Task to complete: Using the listing below, work out how many lines contain the word "IFCRELDEFINESBYTYPE", and respond with that number alone.

Available data:
--

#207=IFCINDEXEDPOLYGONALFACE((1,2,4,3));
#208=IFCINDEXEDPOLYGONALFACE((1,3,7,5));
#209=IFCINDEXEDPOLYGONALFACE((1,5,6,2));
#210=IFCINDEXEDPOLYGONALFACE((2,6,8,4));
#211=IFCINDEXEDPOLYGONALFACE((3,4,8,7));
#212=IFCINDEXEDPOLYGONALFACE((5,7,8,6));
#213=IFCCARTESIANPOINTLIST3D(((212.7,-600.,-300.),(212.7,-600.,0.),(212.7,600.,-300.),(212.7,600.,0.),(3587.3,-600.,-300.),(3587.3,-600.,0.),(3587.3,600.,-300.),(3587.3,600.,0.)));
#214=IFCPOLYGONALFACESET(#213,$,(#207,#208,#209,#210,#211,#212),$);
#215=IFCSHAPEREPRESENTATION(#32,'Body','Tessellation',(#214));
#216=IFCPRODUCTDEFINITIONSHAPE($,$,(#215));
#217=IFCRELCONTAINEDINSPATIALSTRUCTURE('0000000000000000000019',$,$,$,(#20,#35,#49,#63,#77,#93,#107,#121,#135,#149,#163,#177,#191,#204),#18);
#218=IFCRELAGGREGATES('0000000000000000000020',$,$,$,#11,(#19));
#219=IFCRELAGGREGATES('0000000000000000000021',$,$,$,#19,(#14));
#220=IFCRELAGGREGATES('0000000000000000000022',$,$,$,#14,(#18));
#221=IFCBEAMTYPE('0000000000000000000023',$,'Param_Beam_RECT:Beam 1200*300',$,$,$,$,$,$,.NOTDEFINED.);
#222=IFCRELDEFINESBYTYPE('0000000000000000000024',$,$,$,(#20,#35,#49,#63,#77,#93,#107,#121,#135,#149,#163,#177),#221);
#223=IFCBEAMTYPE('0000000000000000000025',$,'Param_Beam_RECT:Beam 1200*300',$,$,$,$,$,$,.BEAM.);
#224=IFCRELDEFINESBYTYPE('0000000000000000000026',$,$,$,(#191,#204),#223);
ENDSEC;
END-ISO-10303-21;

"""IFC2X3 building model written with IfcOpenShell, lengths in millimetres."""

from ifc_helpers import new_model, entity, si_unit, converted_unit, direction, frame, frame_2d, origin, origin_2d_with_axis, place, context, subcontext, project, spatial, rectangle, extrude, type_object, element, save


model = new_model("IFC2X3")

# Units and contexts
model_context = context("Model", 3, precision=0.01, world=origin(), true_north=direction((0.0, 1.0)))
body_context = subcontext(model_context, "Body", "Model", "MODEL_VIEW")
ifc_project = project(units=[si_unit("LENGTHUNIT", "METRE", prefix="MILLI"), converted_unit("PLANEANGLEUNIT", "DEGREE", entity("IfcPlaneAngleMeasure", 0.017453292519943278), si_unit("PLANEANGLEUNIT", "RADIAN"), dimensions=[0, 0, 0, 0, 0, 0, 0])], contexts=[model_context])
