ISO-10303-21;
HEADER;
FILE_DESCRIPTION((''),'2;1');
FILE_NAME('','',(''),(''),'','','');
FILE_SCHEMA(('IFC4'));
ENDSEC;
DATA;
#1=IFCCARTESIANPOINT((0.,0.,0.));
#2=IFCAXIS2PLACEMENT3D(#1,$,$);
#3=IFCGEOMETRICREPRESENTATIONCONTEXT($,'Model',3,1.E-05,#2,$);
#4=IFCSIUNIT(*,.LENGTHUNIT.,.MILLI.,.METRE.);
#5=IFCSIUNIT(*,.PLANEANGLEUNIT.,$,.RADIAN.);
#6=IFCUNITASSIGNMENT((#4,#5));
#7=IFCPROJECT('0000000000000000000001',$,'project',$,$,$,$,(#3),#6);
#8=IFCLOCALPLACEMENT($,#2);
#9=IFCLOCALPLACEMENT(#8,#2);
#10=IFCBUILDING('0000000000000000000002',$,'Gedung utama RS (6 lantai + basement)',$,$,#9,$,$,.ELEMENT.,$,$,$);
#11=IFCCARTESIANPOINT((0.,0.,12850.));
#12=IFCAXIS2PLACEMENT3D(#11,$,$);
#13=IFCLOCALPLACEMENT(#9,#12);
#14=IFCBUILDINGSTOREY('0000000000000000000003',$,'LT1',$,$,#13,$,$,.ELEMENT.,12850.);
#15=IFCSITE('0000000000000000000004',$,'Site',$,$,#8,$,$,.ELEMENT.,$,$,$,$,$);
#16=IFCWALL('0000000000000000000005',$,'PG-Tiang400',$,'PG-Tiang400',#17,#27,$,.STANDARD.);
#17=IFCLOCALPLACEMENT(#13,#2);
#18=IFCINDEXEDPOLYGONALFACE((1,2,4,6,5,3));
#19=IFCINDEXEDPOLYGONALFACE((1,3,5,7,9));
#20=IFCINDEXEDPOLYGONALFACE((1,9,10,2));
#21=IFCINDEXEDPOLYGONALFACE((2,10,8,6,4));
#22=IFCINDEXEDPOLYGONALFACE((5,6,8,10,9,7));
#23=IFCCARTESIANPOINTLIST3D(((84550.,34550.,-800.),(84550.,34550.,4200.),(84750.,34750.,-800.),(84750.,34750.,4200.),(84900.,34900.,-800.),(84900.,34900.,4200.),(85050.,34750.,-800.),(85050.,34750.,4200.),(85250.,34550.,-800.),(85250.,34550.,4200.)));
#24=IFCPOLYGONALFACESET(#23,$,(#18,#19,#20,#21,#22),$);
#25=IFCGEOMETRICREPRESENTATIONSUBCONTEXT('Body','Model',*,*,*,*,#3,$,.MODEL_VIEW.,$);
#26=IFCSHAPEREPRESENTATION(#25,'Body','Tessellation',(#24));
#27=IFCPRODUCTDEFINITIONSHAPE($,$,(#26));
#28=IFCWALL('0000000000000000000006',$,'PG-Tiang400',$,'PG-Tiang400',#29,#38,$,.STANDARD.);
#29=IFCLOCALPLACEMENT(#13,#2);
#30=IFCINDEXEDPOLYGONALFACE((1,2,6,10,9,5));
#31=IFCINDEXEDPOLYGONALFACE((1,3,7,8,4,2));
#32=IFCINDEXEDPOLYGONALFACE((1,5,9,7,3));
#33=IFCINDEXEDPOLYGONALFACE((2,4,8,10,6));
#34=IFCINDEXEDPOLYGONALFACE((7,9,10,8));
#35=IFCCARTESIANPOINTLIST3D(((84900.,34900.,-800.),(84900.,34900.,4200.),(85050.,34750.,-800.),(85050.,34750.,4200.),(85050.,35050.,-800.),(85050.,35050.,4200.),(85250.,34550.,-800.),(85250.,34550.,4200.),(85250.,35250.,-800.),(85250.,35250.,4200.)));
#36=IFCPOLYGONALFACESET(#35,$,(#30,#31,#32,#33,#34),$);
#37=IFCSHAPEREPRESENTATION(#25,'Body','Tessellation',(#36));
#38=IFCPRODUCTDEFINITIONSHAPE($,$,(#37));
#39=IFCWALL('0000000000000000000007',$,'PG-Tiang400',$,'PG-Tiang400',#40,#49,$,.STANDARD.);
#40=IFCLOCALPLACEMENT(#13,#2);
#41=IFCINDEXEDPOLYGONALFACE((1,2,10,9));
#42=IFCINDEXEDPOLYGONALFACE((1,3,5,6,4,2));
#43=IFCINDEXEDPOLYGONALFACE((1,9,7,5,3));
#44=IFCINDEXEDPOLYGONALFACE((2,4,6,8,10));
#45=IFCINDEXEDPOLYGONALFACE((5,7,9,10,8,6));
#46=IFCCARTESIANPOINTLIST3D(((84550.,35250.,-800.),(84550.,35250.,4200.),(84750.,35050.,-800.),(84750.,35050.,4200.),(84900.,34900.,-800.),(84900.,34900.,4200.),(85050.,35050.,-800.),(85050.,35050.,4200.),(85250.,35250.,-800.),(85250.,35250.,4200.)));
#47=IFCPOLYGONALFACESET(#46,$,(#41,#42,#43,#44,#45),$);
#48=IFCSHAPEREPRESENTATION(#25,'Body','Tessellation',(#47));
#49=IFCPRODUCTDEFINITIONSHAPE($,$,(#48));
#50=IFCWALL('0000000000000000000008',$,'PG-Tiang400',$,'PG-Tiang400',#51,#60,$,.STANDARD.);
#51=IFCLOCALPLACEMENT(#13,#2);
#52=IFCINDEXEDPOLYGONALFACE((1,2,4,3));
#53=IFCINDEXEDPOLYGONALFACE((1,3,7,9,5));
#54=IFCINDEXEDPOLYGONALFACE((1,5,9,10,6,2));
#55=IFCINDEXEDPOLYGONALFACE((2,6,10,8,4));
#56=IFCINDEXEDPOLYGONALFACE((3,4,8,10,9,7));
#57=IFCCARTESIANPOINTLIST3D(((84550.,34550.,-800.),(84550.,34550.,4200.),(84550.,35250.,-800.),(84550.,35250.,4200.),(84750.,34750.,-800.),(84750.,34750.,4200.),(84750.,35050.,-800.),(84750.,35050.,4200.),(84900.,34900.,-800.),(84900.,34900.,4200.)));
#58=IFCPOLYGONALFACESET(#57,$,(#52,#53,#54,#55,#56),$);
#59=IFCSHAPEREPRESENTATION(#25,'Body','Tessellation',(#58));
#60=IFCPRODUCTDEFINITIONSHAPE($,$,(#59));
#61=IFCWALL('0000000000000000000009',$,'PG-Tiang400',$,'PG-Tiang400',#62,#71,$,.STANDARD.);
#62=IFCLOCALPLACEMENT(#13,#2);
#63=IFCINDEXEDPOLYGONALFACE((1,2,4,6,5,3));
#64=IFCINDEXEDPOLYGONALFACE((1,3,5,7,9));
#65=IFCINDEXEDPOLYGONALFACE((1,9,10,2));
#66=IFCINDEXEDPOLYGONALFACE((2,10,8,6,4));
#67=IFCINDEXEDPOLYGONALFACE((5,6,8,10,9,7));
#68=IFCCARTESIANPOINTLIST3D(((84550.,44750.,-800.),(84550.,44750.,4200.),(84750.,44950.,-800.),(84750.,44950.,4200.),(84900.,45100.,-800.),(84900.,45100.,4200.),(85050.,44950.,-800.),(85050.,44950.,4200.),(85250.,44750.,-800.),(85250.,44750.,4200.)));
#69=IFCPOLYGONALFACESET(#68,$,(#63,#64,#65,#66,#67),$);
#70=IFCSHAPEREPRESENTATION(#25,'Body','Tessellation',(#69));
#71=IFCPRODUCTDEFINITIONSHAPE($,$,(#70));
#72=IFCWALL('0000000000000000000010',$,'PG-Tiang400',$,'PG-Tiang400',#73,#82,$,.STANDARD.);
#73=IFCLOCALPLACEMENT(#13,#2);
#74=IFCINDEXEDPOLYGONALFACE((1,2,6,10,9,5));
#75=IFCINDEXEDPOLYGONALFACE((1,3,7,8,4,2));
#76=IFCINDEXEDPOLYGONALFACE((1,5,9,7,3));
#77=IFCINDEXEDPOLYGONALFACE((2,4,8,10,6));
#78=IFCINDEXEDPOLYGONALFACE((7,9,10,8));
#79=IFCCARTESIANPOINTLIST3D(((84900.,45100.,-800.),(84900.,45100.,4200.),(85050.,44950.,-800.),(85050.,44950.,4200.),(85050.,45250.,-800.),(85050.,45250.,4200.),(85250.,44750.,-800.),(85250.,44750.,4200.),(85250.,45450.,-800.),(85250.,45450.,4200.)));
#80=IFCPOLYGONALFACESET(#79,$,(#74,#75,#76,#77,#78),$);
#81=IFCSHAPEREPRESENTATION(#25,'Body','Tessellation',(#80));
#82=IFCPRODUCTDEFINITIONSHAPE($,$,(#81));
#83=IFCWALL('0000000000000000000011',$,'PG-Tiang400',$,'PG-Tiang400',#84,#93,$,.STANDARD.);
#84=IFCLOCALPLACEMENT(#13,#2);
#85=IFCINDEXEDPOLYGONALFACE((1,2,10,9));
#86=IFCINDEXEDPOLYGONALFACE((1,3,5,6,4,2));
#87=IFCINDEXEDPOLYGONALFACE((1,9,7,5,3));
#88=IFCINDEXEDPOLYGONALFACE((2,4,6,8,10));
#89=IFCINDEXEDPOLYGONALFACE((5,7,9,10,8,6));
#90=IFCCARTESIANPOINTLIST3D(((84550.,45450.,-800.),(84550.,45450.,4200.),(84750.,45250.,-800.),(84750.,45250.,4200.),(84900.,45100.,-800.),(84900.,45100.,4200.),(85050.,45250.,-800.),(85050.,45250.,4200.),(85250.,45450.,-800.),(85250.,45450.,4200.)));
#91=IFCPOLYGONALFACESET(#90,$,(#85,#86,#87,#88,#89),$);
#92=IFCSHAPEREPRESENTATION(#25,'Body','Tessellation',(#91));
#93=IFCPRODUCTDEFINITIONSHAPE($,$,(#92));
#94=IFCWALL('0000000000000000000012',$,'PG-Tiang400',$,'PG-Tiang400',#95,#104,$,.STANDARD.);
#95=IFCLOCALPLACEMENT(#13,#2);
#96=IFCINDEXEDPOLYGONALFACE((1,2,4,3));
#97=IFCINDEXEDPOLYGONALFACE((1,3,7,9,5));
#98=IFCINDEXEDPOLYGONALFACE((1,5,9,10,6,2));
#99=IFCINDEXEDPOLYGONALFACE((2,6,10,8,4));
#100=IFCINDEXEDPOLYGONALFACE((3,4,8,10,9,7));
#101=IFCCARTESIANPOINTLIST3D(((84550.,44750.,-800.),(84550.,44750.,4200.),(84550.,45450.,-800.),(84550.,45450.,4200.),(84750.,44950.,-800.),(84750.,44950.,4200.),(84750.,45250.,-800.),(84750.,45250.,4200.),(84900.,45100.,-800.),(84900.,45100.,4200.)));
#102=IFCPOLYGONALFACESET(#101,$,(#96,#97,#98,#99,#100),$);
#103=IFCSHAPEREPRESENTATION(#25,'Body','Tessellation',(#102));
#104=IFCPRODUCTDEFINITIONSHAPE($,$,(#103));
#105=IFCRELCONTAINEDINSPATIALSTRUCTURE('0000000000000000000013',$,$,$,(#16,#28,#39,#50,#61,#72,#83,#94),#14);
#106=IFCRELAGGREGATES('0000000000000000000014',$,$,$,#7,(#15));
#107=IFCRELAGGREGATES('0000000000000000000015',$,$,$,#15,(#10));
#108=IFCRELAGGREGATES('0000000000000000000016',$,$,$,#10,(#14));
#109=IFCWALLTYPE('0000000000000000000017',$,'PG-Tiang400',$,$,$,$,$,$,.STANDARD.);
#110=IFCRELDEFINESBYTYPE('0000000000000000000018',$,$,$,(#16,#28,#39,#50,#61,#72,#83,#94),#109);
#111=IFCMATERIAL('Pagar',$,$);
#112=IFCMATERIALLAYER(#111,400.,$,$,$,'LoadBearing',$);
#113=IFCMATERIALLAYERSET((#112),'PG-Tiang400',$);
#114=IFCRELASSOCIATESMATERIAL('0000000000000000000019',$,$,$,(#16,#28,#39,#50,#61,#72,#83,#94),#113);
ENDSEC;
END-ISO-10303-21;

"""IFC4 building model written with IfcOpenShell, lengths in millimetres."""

from ifc_helpers import new_model, si_unit, frame, origin, place, context, subcontext, project, spatial, polyline, outline, extrude, material, layer, layer_set, layer_usage, type_object, element, save


model = new_model("IFC4")

# Units and contexts
model_context = context("Model", 3, precision=1e-05, world=origin())
body_context = subcontext(model_context, "Body", "Model", "MODEL_VIEW")
ifc_project = project(units=[si_unit("LENGTHUNIT", "METRE", prefix="MILLI"), si_unit("PLANEANGLEUNIT", "RADIAN")], contexts=[model_context])

# Site, building, storey
site_placement = place(None, origin())
site = spatial("IfcSite", under=ifc_project, at=site_placement, Name="Site", CompositionType="ELEMENT")
building_placement = place(site_placement, origin())
building = spatial("IfcBuilding", under=site, at=building_placement, Name="Gedung utama RS (6 lantai + basement)", CompositionType="ELEMENT")
storey_placement = place(building_placement, frame((0.0, 0.0, 12850.0)))
storey = spatial("IfcBuildingStorey", under=building, at=storey_placement, Name="LT1", CompositionType="ELEMENT", Elevation=12850.0)

# Walls
ifc_material_1 = material(Name="Pagar")
ifc_layer_1 = layer(ifc_material_1, 400.0, Category="LoadBearing")
ifc_layer_set_1 = layer_set([ifc_layer_1], Name="PG-Tiang400")
ifc_layer_usage_1 = layer_usage(ifc_layer_set_1, "AXIS2", "NEGATIVE", 200.0)
wall_type_1 = type_object("IfcWallType", Name="PG-Tiang400", PredefinedType="STANDARD")
for number, where, z_axis, x_axis, name in (
    (1, (84750.0, 34750.0, -800.0), (0.0, 0.0, 1.0), (1.0, 0.0, 0.0), "PG-Tiang400"),
    (2, (85050.0, 34750.0, -800.0), (0.0, 0.0, 1.0), (0.0, 1.0, 0.0), "PG-Tiang400"),
    (3, (85050.0, 35050.0, -800.0), (0.0, 0.0, 1.0), (-1.0, 0.0, 0.0), "PG-Tiang400"),
    (4, (84750.0, 35050.0, -800.0), (0.0, 0.0, 1.0), (0.0, -1.0, 0.0), "PG-Tiang400"),
    (5, (84750.0, 44950.0, -800.0), (0.0, 0.0, 1.0), (1.0, 0.0, 0.0), "PG-Tiang400"),
    (6, (85050.0, 44950.0, -800.0), (0.0, 0.0, 1.0), (0.0, 1.0, 0.0), "PG-Tiang400"),
    (7, (85050.0, 45250.0, -800.0), (0.0, 0.0, 1.0), (-1.0, 0.0, 0.0), "PG-Tiang400"),
    (8, (84750.0, 45250.0, -800.0), (0.0, 0.0, 1.0), (0.0, -1.0, 0.0), "PG-Tiang400"),
):
    element("IfcWall", number, at=place(storey_placement, frame(where, z_axis=z_axis, x_axis=x_axis)), inside=storey, type_object=wall_type_1, material=ifc_layer_usage_1, Name=name, ObjectType="PG-Tiang400", PredefinedType="STANDARD", context=body_context, shape_type="SweptSolid", body=[
        extrude(outline(polyline([(-200.0, -200.0), (0.0, 0.0), (200.0, 200.0), (100.0, 200.0), (300.0, 0.0), (500.0, -200.0), (-200.0, -200.0)])), origin(), (0.0, 0.0, 1.0), 5000.0),
    ])

save(model, "model.ifc")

--

Finished exercise: 3